(Task goal) Only lines containing the string "IFCPOLYLINE" belong in the answer; find them in the records and copy them.

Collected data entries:
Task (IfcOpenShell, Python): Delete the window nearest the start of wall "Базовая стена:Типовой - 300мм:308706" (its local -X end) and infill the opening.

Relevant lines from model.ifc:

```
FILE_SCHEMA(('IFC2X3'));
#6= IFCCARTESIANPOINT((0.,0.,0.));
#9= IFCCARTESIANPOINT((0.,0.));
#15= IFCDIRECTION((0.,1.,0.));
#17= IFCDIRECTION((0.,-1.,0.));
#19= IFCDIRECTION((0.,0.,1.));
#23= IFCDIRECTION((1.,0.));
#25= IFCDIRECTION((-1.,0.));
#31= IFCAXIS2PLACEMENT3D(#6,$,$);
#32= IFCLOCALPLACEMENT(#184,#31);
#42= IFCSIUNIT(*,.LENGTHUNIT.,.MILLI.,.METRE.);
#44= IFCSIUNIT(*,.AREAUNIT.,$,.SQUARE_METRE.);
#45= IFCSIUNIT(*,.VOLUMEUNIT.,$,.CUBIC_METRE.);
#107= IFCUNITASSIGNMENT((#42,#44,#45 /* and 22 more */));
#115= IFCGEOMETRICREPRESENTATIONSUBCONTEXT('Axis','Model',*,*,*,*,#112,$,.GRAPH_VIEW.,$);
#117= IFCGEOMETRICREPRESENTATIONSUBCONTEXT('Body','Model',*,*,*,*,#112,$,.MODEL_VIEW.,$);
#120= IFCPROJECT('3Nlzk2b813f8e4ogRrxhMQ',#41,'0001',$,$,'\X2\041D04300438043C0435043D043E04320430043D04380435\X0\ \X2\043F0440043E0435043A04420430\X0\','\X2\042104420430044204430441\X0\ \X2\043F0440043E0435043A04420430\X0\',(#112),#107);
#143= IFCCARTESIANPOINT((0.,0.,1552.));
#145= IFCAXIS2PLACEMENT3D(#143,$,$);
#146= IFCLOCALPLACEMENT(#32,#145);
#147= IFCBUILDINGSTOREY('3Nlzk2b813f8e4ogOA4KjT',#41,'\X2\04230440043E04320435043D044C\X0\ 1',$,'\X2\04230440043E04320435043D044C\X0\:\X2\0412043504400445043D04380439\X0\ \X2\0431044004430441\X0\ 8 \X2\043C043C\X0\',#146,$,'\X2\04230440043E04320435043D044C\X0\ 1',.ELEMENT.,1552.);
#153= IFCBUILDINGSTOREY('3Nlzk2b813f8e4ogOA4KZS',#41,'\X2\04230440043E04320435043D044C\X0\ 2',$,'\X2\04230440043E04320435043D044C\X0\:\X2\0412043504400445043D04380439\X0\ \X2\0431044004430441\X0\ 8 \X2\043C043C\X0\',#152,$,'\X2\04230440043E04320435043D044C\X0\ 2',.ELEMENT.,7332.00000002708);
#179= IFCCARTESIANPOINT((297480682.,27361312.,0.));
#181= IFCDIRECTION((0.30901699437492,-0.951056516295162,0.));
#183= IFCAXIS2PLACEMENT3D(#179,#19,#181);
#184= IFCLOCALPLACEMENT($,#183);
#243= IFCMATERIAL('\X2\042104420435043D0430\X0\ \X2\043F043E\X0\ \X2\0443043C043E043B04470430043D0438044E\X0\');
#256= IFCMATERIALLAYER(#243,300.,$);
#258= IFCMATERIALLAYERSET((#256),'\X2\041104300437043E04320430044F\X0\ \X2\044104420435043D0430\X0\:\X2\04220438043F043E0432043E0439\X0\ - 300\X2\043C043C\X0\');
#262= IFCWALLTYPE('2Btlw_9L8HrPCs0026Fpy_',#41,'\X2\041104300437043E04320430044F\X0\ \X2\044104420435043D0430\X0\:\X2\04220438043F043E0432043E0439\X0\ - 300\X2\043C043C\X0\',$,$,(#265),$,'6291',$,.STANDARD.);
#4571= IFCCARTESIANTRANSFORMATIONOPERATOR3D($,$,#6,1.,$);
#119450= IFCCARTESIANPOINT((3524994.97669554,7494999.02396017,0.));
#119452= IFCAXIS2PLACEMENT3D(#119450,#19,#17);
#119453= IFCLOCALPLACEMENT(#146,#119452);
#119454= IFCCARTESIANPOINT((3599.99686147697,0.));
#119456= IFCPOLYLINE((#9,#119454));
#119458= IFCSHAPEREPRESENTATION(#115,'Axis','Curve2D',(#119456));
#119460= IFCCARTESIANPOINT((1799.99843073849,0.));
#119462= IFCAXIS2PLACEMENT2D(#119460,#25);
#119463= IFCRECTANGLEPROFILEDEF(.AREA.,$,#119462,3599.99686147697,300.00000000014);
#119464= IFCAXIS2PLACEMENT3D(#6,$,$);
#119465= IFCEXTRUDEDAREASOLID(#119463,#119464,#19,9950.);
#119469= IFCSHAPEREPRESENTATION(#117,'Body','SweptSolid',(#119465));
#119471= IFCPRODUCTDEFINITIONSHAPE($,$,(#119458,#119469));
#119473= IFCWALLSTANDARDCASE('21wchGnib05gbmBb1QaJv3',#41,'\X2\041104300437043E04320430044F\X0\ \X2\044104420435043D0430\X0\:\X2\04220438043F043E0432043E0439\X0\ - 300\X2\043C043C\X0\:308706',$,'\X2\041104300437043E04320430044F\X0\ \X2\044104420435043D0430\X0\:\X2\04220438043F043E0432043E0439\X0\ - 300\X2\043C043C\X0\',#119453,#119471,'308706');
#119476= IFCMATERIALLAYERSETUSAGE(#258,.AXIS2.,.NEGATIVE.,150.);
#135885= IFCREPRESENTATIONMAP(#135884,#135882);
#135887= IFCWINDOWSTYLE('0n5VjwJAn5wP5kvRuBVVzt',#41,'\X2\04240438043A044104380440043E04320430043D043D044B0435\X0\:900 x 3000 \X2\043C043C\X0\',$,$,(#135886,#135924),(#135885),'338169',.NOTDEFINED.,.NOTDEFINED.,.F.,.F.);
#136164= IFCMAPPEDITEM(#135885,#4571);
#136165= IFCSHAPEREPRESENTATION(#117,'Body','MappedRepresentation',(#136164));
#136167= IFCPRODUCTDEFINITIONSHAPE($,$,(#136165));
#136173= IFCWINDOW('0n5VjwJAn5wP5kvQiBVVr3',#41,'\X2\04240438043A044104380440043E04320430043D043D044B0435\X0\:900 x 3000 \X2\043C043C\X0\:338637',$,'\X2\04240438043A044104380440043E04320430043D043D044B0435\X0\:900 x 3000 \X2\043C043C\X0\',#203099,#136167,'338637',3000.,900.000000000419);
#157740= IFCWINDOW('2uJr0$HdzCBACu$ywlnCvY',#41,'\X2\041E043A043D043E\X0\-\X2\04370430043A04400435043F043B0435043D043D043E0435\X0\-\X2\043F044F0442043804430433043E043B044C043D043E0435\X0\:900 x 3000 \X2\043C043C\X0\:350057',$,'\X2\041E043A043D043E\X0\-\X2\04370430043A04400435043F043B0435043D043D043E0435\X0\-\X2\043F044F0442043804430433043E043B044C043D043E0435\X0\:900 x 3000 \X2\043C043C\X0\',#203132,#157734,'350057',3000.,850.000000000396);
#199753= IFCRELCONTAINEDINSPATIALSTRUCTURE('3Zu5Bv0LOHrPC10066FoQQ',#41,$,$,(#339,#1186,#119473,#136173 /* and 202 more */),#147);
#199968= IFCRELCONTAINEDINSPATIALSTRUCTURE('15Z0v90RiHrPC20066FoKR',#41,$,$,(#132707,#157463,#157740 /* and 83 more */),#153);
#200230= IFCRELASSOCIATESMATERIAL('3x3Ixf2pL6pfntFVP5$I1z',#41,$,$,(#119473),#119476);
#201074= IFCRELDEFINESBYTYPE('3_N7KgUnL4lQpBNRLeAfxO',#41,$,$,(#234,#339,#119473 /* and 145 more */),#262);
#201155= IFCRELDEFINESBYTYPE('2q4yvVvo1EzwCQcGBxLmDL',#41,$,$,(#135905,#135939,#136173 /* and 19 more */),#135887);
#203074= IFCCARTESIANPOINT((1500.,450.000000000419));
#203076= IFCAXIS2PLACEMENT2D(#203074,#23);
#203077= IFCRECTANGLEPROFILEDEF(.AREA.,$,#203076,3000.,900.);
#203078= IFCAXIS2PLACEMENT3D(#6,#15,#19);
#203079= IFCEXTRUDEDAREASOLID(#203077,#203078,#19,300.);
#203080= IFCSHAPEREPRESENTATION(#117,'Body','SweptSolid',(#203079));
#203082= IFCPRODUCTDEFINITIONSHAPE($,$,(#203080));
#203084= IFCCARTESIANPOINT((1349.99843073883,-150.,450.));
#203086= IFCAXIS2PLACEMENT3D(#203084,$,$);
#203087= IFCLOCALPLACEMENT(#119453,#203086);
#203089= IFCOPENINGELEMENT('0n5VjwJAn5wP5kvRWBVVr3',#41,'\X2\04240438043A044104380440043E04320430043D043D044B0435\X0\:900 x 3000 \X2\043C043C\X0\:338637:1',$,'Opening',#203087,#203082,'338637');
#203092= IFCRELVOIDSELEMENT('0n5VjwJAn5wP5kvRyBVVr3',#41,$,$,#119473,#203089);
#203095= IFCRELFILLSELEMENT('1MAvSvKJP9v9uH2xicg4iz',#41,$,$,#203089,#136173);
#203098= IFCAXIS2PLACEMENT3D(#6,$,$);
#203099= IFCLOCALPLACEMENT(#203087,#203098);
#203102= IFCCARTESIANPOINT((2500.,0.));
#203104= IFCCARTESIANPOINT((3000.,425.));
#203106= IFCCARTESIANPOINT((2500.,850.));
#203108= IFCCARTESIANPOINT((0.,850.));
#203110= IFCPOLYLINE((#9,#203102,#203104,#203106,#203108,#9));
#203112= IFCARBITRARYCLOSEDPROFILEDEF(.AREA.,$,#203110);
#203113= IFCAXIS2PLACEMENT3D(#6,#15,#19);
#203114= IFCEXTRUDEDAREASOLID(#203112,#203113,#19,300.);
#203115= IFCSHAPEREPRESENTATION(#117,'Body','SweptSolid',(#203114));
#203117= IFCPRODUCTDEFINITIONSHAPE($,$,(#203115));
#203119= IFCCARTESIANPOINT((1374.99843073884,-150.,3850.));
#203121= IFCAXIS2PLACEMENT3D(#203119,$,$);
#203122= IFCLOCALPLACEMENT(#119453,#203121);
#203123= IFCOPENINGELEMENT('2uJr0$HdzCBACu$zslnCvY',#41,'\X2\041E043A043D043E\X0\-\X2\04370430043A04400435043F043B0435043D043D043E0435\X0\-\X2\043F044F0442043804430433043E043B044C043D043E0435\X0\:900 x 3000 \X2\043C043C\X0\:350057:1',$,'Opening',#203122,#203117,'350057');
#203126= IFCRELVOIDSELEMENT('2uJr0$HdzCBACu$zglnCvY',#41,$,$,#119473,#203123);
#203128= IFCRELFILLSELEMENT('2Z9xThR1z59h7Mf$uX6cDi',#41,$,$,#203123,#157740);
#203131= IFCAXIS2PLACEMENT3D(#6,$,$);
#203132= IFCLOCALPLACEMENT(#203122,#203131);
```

```python
import ifcopenshell
import ifcopenshell.api.feature
import ifcopenshell.api.root
import ifcopenshell.geom
import ifcopenshell.util.shape

model = ifcopenshell.open("model.ifc")
settings = ifcopenshell.geom.settings()


def volume(element):
    """Net volume in cubic metres, openings subtracted."""
    shape = ifcopenshell.geom.create_shape(settings, element)
    return ifcopenshell.util.shape.get_volume(shape.geometry)


window = model.by_guid("0n5VjwJAn5wP5kvQiBVVr3")
opening = window.FillsVoids[0].RelatingOpeningElement
wall = opening.VoidsElements[0].RelatingBuildingElement
before = volume(wall)

ifcopenshell.api.root.remove_product(model, product=window)
ifcopenshell.api.feature.remove_feature(model, feature=opening)

after = volume(wall)

print(f"wall volume {before:.3f} -> {after:.3f} m3")

model.write("model_v2.ifc")
```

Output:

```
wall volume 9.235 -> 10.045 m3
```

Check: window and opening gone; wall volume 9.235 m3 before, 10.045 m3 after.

(The answer)
#119456= IFCPOLYLINE((#9,#119454));
#203110= IFCPOLYLINE((#9,#203102,#203104,#203106,#203108,#9));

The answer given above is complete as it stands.